# Exercise:
Quote every line below exactly as it reads.

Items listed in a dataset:
* * * * * * *

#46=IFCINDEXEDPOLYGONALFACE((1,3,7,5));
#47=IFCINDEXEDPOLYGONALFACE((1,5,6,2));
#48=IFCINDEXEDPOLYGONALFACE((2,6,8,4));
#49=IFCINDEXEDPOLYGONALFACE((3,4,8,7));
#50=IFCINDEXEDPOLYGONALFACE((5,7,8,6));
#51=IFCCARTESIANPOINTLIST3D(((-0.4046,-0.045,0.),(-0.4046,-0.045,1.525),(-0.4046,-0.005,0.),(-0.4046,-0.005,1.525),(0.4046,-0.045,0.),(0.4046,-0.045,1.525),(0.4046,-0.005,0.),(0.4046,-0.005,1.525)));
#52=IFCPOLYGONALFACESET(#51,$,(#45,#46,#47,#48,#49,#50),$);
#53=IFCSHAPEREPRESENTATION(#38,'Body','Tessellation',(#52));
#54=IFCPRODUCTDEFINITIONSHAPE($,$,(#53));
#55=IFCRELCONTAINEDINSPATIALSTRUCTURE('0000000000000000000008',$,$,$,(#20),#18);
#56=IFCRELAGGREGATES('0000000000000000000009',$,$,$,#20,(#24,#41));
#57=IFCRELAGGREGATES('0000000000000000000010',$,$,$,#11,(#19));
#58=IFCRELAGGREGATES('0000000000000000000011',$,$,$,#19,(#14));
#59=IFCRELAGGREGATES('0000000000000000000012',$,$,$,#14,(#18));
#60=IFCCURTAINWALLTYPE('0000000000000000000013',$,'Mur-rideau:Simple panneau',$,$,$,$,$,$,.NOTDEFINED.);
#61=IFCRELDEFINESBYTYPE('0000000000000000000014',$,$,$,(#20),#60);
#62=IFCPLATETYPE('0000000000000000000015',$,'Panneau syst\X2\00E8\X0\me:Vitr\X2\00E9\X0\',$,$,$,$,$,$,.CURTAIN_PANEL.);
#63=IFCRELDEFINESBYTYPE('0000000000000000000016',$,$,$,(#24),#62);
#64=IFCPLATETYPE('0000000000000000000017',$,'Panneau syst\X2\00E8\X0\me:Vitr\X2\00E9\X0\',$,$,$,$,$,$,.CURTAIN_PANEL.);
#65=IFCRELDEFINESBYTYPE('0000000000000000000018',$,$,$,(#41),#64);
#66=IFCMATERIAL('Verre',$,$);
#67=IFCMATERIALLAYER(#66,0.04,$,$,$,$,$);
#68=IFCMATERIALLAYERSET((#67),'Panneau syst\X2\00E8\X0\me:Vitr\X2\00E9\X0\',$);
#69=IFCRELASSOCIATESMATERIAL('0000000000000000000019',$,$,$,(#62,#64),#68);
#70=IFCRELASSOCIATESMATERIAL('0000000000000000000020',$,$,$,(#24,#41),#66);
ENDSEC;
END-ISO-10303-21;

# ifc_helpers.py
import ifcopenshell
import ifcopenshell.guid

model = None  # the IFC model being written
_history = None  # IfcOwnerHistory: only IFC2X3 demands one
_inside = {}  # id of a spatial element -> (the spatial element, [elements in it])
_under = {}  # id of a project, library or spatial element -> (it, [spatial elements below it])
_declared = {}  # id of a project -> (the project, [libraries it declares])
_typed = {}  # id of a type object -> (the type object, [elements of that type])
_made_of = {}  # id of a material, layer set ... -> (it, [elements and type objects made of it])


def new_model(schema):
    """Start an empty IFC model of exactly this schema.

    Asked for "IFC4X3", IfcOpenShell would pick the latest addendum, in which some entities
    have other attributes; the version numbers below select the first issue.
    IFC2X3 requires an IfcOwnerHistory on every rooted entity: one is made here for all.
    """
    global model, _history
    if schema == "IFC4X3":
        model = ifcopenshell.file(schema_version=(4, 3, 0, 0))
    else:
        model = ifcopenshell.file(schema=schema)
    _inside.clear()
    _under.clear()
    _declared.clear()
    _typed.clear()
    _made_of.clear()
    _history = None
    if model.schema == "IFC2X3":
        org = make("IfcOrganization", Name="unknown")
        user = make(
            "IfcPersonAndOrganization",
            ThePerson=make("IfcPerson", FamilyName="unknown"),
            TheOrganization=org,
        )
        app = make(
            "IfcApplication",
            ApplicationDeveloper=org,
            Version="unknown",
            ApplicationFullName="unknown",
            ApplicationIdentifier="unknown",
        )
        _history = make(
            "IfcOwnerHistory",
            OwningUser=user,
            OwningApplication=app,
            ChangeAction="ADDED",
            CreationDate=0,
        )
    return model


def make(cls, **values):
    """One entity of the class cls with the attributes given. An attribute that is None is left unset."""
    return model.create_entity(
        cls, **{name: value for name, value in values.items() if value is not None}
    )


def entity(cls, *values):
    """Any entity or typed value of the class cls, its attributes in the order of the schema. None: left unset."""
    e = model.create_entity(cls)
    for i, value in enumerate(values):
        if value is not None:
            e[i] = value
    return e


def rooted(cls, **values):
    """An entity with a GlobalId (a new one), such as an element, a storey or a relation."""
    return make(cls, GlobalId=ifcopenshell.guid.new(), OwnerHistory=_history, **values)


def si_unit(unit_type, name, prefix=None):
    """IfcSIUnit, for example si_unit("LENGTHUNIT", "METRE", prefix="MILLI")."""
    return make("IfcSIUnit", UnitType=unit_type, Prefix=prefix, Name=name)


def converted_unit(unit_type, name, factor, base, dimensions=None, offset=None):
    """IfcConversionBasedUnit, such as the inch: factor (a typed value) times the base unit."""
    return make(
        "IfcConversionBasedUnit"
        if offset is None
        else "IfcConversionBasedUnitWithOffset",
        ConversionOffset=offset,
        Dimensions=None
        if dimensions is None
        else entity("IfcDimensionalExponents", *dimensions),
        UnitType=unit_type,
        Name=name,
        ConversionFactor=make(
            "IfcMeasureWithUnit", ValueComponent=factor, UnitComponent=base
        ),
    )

* * * * * * *

# Response area:
#46=IFCINDEXEDPOLYGONALFACE((1,3,7,5));
#47=IFCINDEXEDPOLYGONALFACE((1,5,6,2));
#48=IFCINDEXEDPOLYGONALFACE((2,6,8,4));
#49=IFCINDEXEDPOLYGONALFACE((3,4,8,7));
#50=IFCINDEXEDPOLYGONALFACE((5,7,8,6));
#51=IFCCARTESIANPOINTLIST3D(((-0.4046,-0.045,0.),(-0.4046,-0.045,1.525),(-0.4046,-0.005,0.),(-0.4046,-0.005,1.525),(0.4046,-0.045,0.),(0.4046,-0.045,1.525),(0.4046,-0.005,0.),(0.4046,-0.005,1.525)));
#52=IFCPOLYGONALFACESET(#51,$,(#45,#46,#47,#48,#49,#50),$);
#53=IFCSHAPEREPRESENTATION(#38,'Body','Tessellation',(#52));
#54=IFCPRODUCTDEFINITIONSHAPE($,$,(#53));
#55=IFCRELCONTAINEDINSPATIALSTRUCTURE('0000000000000000000008',$,$,$,(#20),#18);
#56=IFCRELAGGREGATES('0000000000000000000009',$,$,$,#20,(#24,#41));
#57=IFCRELAGGREGATES('0000000000000000000010',$,$,$,#11,(#19));
#58=IFCRELAGGREGATES('0000000000000000000011',$,$,$,#19,(#14));
#59=IFCRELAGGREGATES('0000000000000000000012',$,$,$,#14,(#18));
#60=IFCCURTAINWALLTYPE('0000000000000000000013',$,'Mur-rideau:Simple panneau',$,$,$,$,$,$,.NOTDEFINED.);
#61=IFCRELDEFINESBYTYPE('0000000000000000000014',$,$,$,(#20),#60);
#62=IFCPLATETYPE('0000000000000000000015',$,'Panneau syst\X2\00E8\X0\me:Vitr\X2\00E9\X0\',$,$,$,$,$,$,.CURTAIN_PANEL.);
#63=IFCRELDEFINESBYTYPE('0000000000000000000016',$,$,$,(#24),#62);
#64=IFCPLATETYPE('0000000000000000000017',$,'Panneau syst\X2\00E8\X0\me:Vitr\X2\00E9\X0\',$,$,$,$,$,$,.CURTAIN_PANEL.);
#65=IFCRELDEFINESBYTYPE('0000000000000000000018',$,$,$,(#41),#64);
#66=IFCMATERIAL('Verre',$,$);
#67=IFCMATERIALLAYER(#66,0.04,$,$,$,$,$);
#68=IFCMATERIALLAYERSET((#67),'Panneau syst\X2\00E8\X0\me:Vitr\X2\00E9\X0\',$);
#69=IFCRELASSOCIATESMATERIAL('0000000000000000000019',$,$,$,(#62,#64),#68);
#70=IFCRELASSOCIATESMATERIAL('0000000000000000000020',$,$,$,(#24,#41),#66);
ENDSEC;
END-ISO-10303-21;

# ifc_helpers.py
import ifcopenshell
import ifcopenshell.guid

model = None  # the IFC model being written
_history = None  # IfcOwnerHistory: only IFC2X3 demands one
_inside = {}  # id of a spatial element -> (the spatial element, [elements in it])
_under = {}  # id of a project, library or spatial element -> (it, [spatial elements below it])
_declared = {}  # id of a project -> (the project, [libraries it declares])
_typed = {}  # id of a type object -> (the type object, [elements of that type])
_made_of = {}  # id of a material, layer set ... -> (it, [elements and type objects made of it])


def new_model(schema):
    """Start an empty IFC model of exactly this schema.

    Asked for "IFC4X3", IfcOpenShell would pick the latest addendum, in which some entities
    have other attributes; the version numbers below select the first issue.
    IFC2X3 requires an IfcOwnerHistory on every rooted entity: one is made here for all.
    """
    global model, _history
    if schema == "IFC4X3":
        model = ifcopenshell.file(schema_version=(4, 3, 0, 0))
    else:
        model = ifcopenshell.file(schema=schema)
    _inside.clear()
    _under.clear()
    _declared.clear()
    _typed.clear()
    _made_of.clear()
    _history = None
    if model.schema == "IFC2X3":
        org = make("IfcOrganization", Name="unknown")
        user = make(
            "IfcPersonAndOrganization",
            ThePerson=make("IfcPerson", FamilyName="unknown"),
            TheOrganization=org,
        )
        app = make(
            "IfcApplication",
            ApplicationDeveloper=org,
            Version="unknown",
            ApplicationFullName="unknown",
            ApplicationIdentifier="unknown",
        )
        _history = make(
            "IfcOwnerHistory",
            OwningUser=user,
            OwningApplication=app,
            ChangeAction="ADDED",
            CreationDate=0,
        )
    return model


def make(cls, **values):
    """One entity of the class cls with the attributes given. An attribute that is None is left unset."""
    return model.create_entity(
        cls, **{name: value for name, value in values.items() if value is not None}
    )


def entity(cls, *values):
    """Any entity or typed value of the class cls, its attributes in the order of the schema. None: left unset."""
    e = model.create_entity(cls)
    for i, value in enumerate(values):
        if value is not None:
            e[i] = value
    return e


def rooted(cls, **values):
    """An entity with a GlobalId (a new one), such as an element, a storey or a relation."""
    return make(cls, GlobalId=ifcopenshell.guid.new(), OwnerHistory=_history, **values)


def si_unit(unit_type, name, prefix=None):
    """IfcSIUnit, for example si_unit("LENGTHUNIT", "METRE", prefix="MILLI")."""
    return make("IfcSIUnit", UnitType=unit_type, Prefix=prefix, Name=name)


def converted_unit(unit_type, name, factor, base, dimensions=None, offset=None):
    """IfcConversionBasedUnit, such as the inch: factor (a typed value) times the base unit."""
    return make(
        "IfcConversionBasedUnit"
        if offset is None
        else "IfcConversionBasedUnitWithOffset",
        ConversionOffset=offset,
        Dimensions=None
        if dimensions is None
        else entity("IfcDimensionalExponents", *dimensions),
        UnitType=unit_type,
        Name=name,
        ConversionFactor=make(
            "IfcMeasureWithUnit", ValueComponent=factor, UnitComponent=base
        ),
    )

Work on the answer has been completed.